Task description: For the word "IFCLOCALPLACEMENT", count the lines below that contain it. Give the number alone.

Stored items:
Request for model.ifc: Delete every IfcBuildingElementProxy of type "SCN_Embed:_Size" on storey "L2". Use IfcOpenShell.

First a look at what the model holds.

```python
import ifcopenshell
import ifcopenshell.util.element

model = ifcopenshell.open("model.ifc")
print(model.schema)
storey = next(s for s in model.by_type("IfcBuildingStorey") if s.Name == "L2")
proxies = [e for e in ifcopenshell.util.element.get_decomposition(storey) if e.is_a("IfcBuildingElementProxy")]
seen = {}
for e in proxies:
    element_type = ifcopenshell.util.element.get_type(e)
    name = element_type.Name if element_type not in (None, e) else None
    seen[name] = seen.get(name, 0) + 1
for name, count in sorted(seen.items(), key=str):
    print(count, "x", name)
```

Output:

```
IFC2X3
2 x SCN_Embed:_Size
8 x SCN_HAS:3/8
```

```python
import ifcopenshell
import ifcopenshell.api.root
import ifcopenshell.util.element

model = ifcopenshell.open("model.ifc")

storey = next(s for s in model.by_type("IfcBuildingStorey") if s.Name == "L2")
proxies = [e for e in ifcopenshell.util.element.get_decomposition(storey) if e.is_a("IfcBuildingElementProxy")]
targets = [e for e in proxies if (t := ifcopenshell.util.element.get_type(e)) not in (None, e) and t.Name == "SCN_Embed:_Size"]

for e in targets:
    ifcopenshell.api.root.remove_product(model, product=e)
print(len(targets), "removed")

model.write("model-out.ifc")
```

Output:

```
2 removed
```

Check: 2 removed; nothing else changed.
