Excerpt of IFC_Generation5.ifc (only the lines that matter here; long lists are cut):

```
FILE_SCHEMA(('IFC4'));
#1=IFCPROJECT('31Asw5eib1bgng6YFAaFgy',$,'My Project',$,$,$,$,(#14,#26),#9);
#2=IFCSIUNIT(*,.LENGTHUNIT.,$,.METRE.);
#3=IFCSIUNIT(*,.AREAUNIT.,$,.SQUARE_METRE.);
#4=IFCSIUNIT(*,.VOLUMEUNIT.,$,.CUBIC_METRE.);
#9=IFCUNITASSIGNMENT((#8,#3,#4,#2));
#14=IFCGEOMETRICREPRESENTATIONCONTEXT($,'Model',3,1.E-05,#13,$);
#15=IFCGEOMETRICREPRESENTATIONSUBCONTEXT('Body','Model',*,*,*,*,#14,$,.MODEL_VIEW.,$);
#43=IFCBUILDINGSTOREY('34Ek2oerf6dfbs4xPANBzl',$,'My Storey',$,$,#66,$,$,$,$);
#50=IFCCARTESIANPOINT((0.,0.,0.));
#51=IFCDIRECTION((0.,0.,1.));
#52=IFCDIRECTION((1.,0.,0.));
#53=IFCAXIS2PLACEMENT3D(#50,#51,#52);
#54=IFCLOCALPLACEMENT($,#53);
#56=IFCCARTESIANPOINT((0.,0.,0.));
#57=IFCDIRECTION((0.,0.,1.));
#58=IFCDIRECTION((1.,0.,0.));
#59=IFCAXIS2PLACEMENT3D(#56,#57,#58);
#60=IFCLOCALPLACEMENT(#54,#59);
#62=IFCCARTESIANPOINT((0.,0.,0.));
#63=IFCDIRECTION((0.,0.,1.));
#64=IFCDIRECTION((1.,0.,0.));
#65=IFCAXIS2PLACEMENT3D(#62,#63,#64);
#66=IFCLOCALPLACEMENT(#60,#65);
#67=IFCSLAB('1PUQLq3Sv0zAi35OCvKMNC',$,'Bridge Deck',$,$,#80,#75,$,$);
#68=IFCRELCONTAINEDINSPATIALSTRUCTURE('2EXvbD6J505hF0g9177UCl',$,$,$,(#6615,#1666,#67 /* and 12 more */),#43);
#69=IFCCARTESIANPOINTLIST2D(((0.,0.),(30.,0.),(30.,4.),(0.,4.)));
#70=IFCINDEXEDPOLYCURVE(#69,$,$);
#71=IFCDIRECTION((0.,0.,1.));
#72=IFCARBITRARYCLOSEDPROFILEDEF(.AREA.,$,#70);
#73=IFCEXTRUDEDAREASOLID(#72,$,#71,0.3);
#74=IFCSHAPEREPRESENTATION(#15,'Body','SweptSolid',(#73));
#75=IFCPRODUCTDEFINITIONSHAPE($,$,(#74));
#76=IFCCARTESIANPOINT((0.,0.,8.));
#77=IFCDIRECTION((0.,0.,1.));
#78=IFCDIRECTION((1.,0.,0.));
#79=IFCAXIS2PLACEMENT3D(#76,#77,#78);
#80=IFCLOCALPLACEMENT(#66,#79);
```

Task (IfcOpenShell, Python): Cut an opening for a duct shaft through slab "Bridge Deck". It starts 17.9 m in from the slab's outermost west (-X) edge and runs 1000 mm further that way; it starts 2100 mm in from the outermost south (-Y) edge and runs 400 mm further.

```python
import numpy as np
import ifcopenshell
import ifcopenshell.api.feature
import ifcopenshell.api.geometry
import ifcopenshell.api.root
import ifcopenshell.geom
import ifcopenshell.util.placement
import ifcopenshell.util.representation
import ifcopenshell.util.shape
import ifcopenshell.util.unit

model = ifcopenshell.open("IFC_Generation5.ifc")
unit_scale = ifcopenshell.util.unit.calculate_unit_scale(model)
settings = ifcopenshell.geom.settings()


def volume(element):
    """Net volume in cubic metres, openings subtracted."""
    shape = ifcopenshell.geom.create_shape(settings, element)
    return ifcopenshell.util.shape.get_volume(shape.geometry)


slab = model.by_id(67)
before = volume(slab)

# Extent in the slab's own axes, in metres. The edges named are its -X and -Y sides.
slab_shape = ifcopenshell.geom.create_shape(settings, slab)
vertices = ifcopenshell.util.shape.get_vertices(slab_shape.geometry)
x_min, y_min, bottom = vertices.min(axis=0)
top = vertices[:, 2].max()

opening = ifcopenshell.api.root.create_entity(model, ifc_class="IfcOpeningElement", name="Duct shaft opening", predefined_type="OPENING")
context = ifcopenshell.util.representation.get_context(model, "Model", "Body", "MODEL_VIEW")
width, depth = 1, 0.4
outline = [(0.0, 0.0), (width, 0.0), (width, depth), (0.0, depth), (0.0, 0.0)]
# Overshoot both faces by 50 mm so the cut is clean.
shape = ifcopenshell.api.geometry.add_slab_representation(
    model, context=context, depth=top - bottom + 0.1, polyline=outline
)
ifcopenshell.api.geometry.assign_representation(model, product=opening, representation=shape)

matrix = ifcopenshell.util.placement.get_local_placement(slab.ObjectPlacement)
matrix[:, 3] = matrix @ np.append(np.array([x_min + 17.9, y_min + 2.1, bottom - 0.05]) / unit_scale, 1.0)
ifcopenshell.api.geometry.edit_object_placement(model, product=opening, matrix=matrix, is_si=False)
ifcopenshell.api.feature.add_feature(model, feature=opening, element=slab)

after = volume(slab)

print(f"slab volume {before:.3f} -> {after:.3f} m3")

model.write("IFC_Generation5_rev.ifc")
```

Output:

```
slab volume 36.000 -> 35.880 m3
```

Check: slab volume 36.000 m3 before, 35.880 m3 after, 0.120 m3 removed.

Answer section: 4